さて、このproperty based テストですが、生成されるそれぞれの入力値に対するテストは互いに独立しているので、Ractorのユースケースの候補として良いのではないかとOhbaさんは考えたそうです。Ractorで上手く並行に処理出来れば、property based テストの欠点である「実行に時間がかかる」という欠点を改善することが出来ます。
PBTはこの仮説検証のために実装されました。このツールは、property based テストを簡単に実装したり、property based テストの並行処理を可能にするものです。セッションの中では、このツールの設計の詳細や特徴について詳しく説明されていました。
このツールを用いた検証では、テスト対象のタスクがCPU-boundかつRactorで動かせるという条件を満たしていればRactorを用いた方が実行時間は速くなるが、それ以外の場合ではsequentialに実行した時の方が早い、という結果が出たそうです。

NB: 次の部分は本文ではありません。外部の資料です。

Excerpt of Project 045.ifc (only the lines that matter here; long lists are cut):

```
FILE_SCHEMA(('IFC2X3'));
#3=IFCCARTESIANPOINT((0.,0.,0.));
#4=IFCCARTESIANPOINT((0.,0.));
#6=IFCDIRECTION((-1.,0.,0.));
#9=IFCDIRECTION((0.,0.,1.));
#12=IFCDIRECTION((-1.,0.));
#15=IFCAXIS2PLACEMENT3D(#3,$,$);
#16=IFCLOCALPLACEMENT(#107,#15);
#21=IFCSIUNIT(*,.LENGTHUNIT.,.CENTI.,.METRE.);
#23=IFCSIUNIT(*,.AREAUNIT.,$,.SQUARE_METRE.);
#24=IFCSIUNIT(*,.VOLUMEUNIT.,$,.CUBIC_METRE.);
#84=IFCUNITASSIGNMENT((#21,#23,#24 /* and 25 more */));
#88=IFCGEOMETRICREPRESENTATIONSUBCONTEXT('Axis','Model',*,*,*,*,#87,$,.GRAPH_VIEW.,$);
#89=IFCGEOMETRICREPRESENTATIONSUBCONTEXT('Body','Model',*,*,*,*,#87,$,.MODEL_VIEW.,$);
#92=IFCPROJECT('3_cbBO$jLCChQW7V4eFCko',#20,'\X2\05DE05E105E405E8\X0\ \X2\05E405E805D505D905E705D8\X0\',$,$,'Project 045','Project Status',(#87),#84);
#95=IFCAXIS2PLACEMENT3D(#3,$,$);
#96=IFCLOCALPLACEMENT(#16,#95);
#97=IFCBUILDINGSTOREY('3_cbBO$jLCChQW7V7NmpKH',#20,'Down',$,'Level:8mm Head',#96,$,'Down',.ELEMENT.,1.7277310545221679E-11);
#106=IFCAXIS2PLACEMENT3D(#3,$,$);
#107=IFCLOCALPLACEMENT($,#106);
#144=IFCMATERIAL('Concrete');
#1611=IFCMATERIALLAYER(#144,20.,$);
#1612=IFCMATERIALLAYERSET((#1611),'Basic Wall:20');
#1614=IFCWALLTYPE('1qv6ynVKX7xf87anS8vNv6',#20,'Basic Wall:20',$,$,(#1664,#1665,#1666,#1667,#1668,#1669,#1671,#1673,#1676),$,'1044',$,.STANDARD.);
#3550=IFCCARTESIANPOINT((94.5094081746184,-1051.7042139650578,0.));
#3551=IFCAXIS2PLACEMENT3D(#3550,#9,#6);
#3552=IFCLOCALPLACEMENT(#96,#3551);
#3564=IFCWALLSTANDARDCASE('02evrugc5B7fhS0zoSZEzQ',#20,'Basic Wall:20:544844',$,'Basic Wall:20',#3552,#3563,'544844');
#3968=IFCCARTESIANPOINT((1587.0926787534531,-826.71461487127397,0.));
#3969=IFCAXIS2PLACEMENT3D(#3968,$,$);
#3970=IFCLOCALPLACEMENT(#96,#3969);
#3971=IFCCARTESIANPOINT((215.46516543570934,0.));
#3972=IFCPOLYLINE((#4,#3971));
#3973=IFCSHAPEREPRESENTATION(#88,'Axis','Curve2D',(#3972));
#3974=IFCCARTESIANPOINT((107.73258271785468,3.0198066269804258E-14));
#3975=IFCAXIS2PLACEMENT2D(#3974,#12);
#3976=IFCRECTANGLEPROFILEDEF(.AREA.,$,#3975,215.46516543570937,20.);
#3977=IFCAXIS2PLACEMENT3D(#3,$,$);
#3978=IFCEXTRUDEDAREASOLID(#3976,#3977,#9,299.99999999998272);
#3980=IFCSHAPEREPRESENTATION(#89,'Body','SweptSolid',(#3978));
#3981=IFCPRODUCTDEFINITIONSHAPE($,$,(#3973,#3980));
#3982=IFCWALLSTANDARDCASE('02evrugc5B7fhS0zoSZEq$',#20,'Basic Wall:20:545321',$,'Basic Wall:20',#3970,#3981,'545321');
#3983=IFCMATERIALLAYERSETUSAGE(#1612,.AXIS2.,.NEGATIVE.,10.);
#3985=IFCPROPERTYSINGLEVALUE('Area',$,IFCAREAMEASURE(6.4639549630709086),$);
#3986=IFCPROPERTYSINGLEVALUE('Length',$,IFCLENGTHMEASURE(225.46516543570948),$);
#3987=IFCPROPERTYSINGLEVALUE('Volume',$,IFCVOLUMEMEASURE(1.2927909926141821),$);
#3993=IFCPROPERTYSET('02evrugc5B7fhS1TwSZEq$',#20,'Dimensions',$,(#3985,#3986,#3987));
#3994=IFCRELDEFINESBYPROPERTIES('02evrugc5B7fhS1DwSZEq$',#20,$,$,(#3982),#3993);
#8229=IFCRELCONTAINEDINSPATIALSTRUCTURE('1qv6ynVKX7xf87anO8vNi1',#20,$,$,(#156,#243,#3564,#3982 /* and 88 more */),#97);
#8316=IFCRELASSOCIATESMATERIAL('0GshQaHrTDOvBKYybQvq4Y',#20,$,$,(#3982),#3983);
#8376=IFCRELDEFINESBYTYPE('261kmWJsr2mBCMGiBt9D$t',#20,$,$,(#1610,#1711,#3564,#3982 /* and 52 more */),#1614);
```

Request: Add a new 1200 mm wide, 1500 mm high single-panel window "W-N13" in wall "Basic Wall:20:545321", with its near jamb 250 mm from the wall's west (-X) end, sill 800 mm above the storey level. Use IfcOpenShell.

```python
import numpy as np
import ifcopenshell
import ifcopenshell.api.feature
import ifcopenshell.api.geometry
import ifcopenshell.api.pset
import ifcopenshell.api.root
import ifcopenshell.api.spatial
import ifcopenshell.api.type
import ifcopenshell.geom
import ifcopenshell.util.element
import ifcopenshell.util.placement
import ifcopenshell.util.representation
import ifcopenshell.util.shape
import ifcopenshell.util.unit

model = ifcopenshell.open("Project 045.ifc")
unit_scale = ifcopenshell.util.unit.calculate_unit_scale(model)
area_scale = ifcopenshell.util.unit.calculate_unit_scale(model, "AREAUNIT")
volume_scale = ifcopenshell.util.unit.calculate_unit_scale(model, "VOLUMEUNIT")
settings = ifcopenshell.geom.settings()


def volume(element):
    """Net volume in cubic metres, openings subtracted."""
    shape = ifcopenshell.geom.create_shape(settings, element)
    return ifcopenshell.util.shape.get_volume(shape.geometry)


wall = model.by_guid("02evrugc5B7fhS0zoSZEq$")
storey = ifcopenshell.util.element.get_container(wall, ifc_class="IfcBuildingStorey")
context = ifcopenshell.util.representation.get_context(model, "Model", "Body", "MODEL_VIEW")
before = volume(wall)

width, height, from_end, sill = 1.2, 1.5, 0.25, 0.8  # metres

# The wall runs along its own X axis, and the end named is its -X end.
wall_shape = ifcopenshell.geom.create_shape(settings, wall)
x, y, z = ifcopenshell.util.shape.get_vertices(wall_shape.geometry).T
start = x.min() + from_end
face, thickness = float(y.min()), float(y.max() - y.min())
wall_matrix = ifcopenshell.util.placement.get_local_placement(wall.ObjectPlacement)
level = ifcopenshell.util.placement.get_local_placement(storey.ObjectPlacement)[2, 3]


def in_wall(x, y):
    """Placement at x, y metres in the wall's axes, at sill height."""
    matrix = wall_matrix.copy()
    matrix[:, 3] = wall_matrix @ np.array([x / unit_scale, y / unit_scale, 0.0, 1.0])
    matrix[2, 3] = level + sill / unit_scale
    return matrix


# Opening: a box that overshoots both wall faces by 50 mm.
opening = ifcopenshell.api.root.create_entity(model, ifc_class="IfcOpeningElement")
box = ifcopenshell.api.geometry.add_wall_representation(
    model, context=context, length=width, height=height, thickness=thickness + 0.1
)
ifcopenshell.api.geometry.assign_representation(model, product=opening, representation=box)
ifcopenshell.api.geometry.edit_object_placement(model, product=opening, matrix=in_wall(start, face - 0.05), is_si=False)
ifcopenshell.api.feature.add_feature(model, feature=opening, element=wall)

window = ifcopenshell.api.root.create_entity(model, ifc_class="IfcWindow", name="W-N13")
window.OverallWidth, window.OverallHeight = width / unit_scale, height / unit_scale
body = ifcopenshell.api.geometry.add_window_representation(
    model,
    context=context,
    overall_width=window.OverallWidth,
    overall_height=window.OverallHeight,
    partition_type="SINGLE_PANEL",
)
ifcopenshell.api.geometry.assign_representation(model, product=window, representation=body)
ifcopenshell.api.spatial.assign_container(model, products=[window], relating_structure=storey)
fills = ifcopenshell.api.feature.add_filling(model, opening=opening, element=window)
fills.OwnerHistory = window.OwnerHistory  # required in IFC2X3

# IFC2X3 keeps the operation on the window style.
style = ifcopenshell.api.root.create_entity(model, ifc_class="IfcWindowStyle", name="W-N13")
style.OperationType, style.ConstructionType = "SINGLE_PANEL", "NOTDEFINED"
style.ParameterTakesPrecedence = style.Sizeable = False
ifcopenshell.api.type.assign_type(model, related_objects=[window], relating_type=style)

# Centre the window in the wall's thickness.
ifcopenshell.api.geometry.edit_object_placement(model, product=window, matrix=in_wall(start, face), is_si=False)
window_shape = ifcopenshell.geom.create_shape(settings, window)
depth = ifcopenshell.util.shape.get_vertices(window_shape.geometry)[:, 1]
offset = face + thickness / 2 - (depth.min() + depth.max()) / 2
ifcopenshell.api.geometry.edit_object_placement(model, product=window, matrix=in_wall(start, offset), is_si=False)

after = volume(wall)

# Update the wall's stored quantities.
pset = model.by_id(ifcopenshell.util.element.get_pset(wall, "Dimensions", should_inherit=False)["id"])
ifcopenshell.api.pset.edit_pset(model, pset=pset, properties={
    "Area": model.create_entity("IfcAreaMeasure", after / thickness / area_scale),
    "Volume": model.create_entity("IfcVolumeMeasure", after / volume_scale),
})

print(f"wall volume {before:.3f} -> {after:.3f} m3")

model.write("Project 045_v2.ifc")
```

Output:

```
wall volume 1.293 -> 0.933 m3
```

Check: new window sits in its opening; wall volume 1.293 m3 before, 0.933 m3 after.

property based テストにおける有用性としてはまだ限定的なところがありそうですが、Ractorのユースケースを広げるための知見となる面白いセッションだったと感じています!
Namespace, What and Why
こちらはNamespace on readという機能をRubyに提案・開発しているTagomoriさん(@tagomoris)による、Namespace on readの解説セッションでした。まだRubyに取り込まれていない機能ということで、未来のRubyがどうなるのかを想像させるワクワクしたセッションでした。
Namespaceとは、アプリケーションやライブラリを閉じ込めた、独立した”空間”のことです。スペース内での変更を隠し、スペース外から見えないようにする機能を持ちます。

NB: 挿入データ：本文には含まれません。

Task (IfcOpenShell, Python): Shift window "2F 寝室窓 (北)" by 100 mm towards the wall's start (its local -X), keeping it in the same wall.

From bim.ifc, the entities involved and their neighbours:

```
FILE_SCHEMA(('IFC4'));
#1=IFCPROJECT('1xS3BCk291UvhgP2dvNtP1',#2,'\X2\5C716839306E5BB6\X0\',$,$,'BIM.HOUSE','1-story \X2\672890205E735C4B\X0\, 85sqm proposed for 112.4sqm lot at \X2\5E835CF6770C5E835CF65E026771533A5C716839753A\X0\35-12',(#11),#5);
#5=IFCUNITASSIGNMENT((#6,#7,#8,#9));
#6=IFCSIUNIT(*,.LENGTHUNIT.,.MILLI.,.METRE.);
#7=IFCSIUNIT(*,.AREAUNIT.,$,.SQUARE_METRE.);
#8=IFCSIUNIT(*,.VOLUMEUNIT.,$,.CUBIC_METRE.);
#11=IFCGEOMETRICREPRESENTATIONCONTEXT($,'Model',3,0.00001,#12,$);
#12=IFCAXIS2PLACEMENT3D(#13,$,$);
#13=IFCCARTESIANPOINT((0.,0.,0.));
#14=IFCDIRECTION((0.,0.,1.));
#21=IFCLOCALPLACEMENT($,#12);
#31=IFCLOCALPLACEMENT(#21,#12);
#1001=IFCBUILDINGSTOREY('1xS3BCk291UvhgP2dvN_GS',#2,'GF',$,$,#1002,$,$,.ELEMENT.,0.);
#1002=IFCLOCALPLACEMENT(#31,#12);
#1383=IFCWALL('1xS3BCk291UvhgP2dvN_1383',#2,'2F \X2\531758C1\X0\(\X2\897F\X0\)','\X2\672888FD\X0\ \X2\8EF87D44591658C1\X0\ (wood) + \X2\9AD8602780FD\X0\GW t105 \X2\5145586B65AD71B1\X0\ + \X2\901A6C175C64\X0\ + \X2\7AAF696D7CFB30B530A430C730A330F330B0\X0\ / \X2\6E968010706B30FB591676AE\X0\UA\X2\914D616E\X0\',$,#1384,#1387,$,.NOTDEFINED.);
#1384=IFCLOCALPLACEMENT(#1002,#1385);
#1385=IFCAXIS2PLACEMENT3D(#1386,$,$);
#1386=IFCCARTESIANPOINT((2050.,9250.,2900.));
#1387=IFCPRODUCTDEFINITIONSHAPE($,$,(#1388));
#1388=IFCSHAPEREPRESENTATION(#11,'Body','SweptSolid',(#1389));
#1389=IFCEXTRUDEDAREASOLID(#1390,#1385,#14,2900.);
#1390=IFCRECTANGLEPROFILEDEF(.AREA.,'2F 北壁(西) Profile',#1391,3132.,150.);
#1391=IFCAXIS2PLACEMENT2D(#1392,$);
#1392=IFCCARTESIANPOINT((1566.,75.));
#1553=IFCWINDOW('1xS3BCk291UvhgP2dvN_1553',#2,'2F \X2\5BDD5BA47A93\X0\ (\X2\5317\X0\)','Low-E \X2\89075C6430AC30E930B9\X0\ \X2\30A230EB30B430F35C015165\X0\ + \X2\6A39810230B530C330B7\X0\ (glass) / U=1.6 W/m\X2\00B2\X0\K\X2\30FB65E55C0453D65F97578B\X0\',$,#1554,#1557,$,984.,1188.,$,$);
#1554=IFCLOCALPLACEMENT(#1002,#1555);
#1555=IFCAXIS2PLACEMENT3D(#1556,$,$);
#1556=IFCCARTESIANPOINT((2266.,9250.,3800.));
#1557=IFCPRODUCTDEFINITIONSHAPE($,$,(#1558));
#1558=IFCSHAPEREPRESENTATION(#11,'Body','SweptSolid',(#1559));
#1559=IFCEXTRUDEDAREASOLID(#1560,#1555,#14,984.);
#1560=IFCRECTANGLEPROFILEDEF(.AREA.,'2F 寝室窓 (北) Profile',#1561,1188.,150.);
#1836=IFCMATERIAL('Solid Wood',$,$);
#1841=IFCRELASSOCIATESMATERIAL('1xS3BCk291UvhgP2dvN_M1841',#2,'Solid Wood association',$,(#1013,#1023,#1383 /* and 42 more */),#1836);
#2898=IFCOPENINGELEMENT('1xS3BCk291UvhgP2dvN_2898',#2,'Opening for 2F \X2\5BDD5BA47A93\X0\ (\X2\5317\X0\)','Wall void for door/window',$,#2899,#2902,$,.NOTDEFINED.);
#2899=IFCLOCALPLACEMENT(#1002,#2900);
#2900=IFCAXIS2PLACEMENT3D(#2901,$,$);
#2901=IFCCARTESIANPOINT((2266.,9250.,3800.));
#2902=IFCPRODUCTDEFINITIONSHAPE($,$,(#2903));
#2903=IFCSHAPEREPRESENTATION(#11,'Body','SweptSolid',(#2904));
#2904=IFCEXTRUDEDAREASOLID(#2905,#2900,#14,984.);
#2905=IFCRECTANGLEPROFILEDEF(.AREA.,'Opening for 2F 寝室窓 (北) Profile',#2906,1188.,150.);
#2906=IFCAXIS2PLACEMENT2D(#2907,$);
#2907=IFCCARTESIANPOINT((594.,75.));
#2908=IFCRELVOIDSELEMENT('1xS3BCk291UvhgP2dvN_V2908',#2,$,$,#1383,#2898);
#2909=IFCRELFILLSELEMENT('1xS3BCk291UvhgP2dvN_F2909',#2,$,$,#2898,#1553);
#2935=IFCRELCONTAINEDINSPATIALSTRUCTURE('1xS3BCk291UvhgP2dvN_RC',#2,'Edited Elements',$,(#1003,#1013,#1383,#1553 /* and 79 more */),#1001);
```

```python
import ifcopenshell
import ifcopenshell.api.geometry
import ifcopenshell.util.placement
import ifcopenshell.util.unit

model = ifcopenshell.open("bim.ifc")
unit_scale = ifcopenshell.util.unit.calculate_unit_scale(model)

window = model.by_id(1553)
opening = window.FillsVoids[0].RelatingOpeningElement
wall = opening.VoidsElements[0].RelatingBuildingElement

wall_matrix = ifcopenshell.util.placement.get_local_placement(wall.ObjectPlacement)
shift = wall_matrix[:3, 0] * -0.1 / unit_scale
before = ifcopenshell.util.placement.get_local_placement(window.ObjectPlacement)[:3, 3].copy()

# The window is not placed relative to its opening, so move both.
for product in (opening, window):
    matrix = ifcopenshell.util.placement.get_local_placement(product.ObjectPlacement)
    matrix[:3, 3] += shift
    ifcopenshell.api.geometry.edit_object_placement(model, product=product, matrix=matrix, is_si=False)

after = ifcopenshell.util.placement.get_local_placement(window.ObjectPlacement)[:3, 3]
print("window moved by", (after - before).round(3) + 0.0)

model.write("bim_rev.ifc")
```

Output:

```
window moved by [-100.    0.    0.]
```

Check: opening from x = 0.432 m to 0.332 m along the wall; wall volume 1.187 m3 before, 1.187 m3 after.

Namespaceはコードの名前や定義、バージョンの衝突を避けるために必要な概念です。
名前の衝突
開発現場では名前の衝突を避けるためにFoo::Bar::Bazのように構造化した名前がよく使われます。しかし、Topレベルの名前として使いたい名前が被っている場合も多く、衝突を避けるのが大変になります。
定義の衝突
オプションの設定やグローバル変数の中身が意図せず書き換えられてしまい、挙動が変わってしまうことがあります。また、モンキーパッチが全体に影響してしまうことも考えられます。
バージョンの衝突
ライブラリの依存関係において、同じライブラリの別バージョンを使いたい場合が考えられますが、Namespaceのない現状では困難です。
Namespace on readの機能が導入されればこのような課題が解決されるため、期待されている機能の一つだと言えるでしょう。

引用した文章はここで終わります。